[Opening DATASET section]
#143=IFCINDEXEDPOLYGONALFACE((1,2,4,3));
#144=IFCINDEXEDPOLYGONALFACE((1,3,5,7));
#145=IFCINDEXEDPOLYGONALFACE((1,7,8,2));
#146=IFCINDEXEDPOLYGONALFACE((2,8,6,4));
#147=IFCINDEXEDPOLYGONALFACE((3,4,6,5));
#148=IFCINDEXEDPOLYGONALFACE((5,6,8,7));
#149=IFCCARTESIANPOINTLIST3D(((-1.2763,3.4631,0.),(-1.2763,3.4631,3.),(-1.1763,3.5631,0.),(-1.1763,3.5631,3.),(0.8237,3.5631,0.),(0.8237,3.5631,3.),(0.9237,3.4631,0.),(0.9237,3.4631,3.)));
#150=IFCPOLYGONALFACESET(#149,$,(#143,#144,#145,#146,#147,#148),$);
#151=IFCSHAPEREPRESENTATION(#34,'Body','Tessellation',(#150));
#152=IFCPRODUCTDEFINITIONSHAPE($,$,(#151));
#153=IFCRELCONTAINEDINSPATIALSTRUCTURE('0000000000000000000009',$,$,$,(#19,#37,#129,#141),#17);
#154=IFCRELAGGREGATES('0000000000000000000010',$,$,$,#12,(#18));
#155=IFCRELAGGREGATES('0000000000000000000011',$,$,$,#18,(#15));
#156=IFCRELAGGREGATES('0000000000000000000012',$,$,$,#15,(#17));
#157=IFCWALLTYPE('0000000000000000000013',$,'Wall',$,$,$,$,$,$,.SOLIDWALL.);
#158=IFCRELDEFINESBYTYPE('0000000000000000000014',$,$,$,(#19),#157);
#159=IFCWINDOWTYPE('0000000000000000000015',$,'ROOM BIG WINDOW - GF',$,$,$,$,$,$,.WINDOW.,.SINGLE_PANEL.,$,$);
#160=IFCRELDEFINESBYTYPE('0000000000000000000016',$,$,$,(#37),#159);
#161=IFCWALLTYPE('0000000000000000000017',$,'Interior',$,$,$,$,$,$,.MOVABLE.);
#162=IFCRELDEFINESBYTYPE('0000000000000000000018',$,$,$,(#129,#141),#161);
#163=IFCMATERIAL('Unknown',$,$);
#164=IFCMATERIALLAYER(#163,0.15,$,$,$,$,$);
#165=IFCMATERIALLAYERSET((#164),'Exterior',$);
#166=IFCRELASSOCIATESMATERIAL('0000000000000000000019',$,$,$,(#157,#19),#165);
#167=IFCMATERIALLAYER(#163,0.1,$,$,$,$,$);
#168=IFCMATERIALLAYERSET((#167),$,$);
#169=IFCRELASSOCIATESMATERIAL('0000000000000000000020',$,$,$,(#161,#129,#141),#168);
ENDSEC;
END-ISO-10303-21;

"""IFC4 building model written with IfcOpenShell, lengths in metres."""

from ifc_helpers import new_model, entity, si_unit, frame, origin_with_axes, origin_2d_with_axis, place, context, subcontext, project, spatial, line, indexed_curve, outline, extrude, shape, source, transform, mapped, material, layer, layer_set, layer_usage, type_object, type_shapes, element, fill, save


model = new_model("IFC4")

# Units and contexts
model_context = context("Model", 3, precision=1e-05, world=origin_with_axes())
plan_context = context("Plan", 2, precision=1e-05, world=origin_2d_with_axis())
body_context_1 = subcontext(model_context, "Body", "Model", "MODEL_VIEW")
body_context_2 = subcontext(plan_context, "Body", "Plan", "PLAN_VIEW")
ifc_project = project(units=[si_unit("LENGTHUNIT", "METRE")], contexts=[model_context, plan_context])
[Closing DATASET section]
# TASK TO CARRY OUT
All lines from the beginning of the listing through the one with "#154=IFCRELAGGREGATES('0000000000000000000010',$,$,$,#12,(#18));" are to be restated word for word, and only those.

# SOLUTION
#143=IFCINDEXEDPOLYGONALFACE((1,2,4,3));
#144=IFCINDEXEDPOLYGONALFACE((1,3,5,7));
#145=IFCINDEXEDPOLYGONALFACE((1,7,8,2));
#146=IFCINDEXEDPOLYGONALFACE((2,8,6,4));
#147=IFCINDEXEDPOLYGONALFACE((3,4,6,5));
#148=IFCINDEXEDPOLYGONALFACE((5,6,8,7));
#149=IFCCARTESIANPOINTLIST3D(((-1.2763,3.4631,0.),(-1.2763,3.4631,3.),(-1.1763,3.5631,0.),(-1.1763,3.5631,3.),(0.8237,3.5631,0.),(0.8237,3.5631,3.),(0.9237,3.4631,0.),(0.9237,3.4631,3.)));
#150=IFCPOLYGONALFACESET(#149,$,(#143,#144,#145,#146,#147,#148),$);
#151=IFCSHAPEREPRESENTATION(#34,'Body','Tessellation',(#150));
#152=IFCPRODUCTDEFINITIONSHAPE($,$,(#151));
#153=IFCRELCONTAINEDINSPATIALSTRUCTURE('0000000000000000000009',$,$,$,(#19,#37,#129,#141),#17);
#154=IFCRELAGGREGATES('0000000000000000000010',$,$,$,#12,(#18));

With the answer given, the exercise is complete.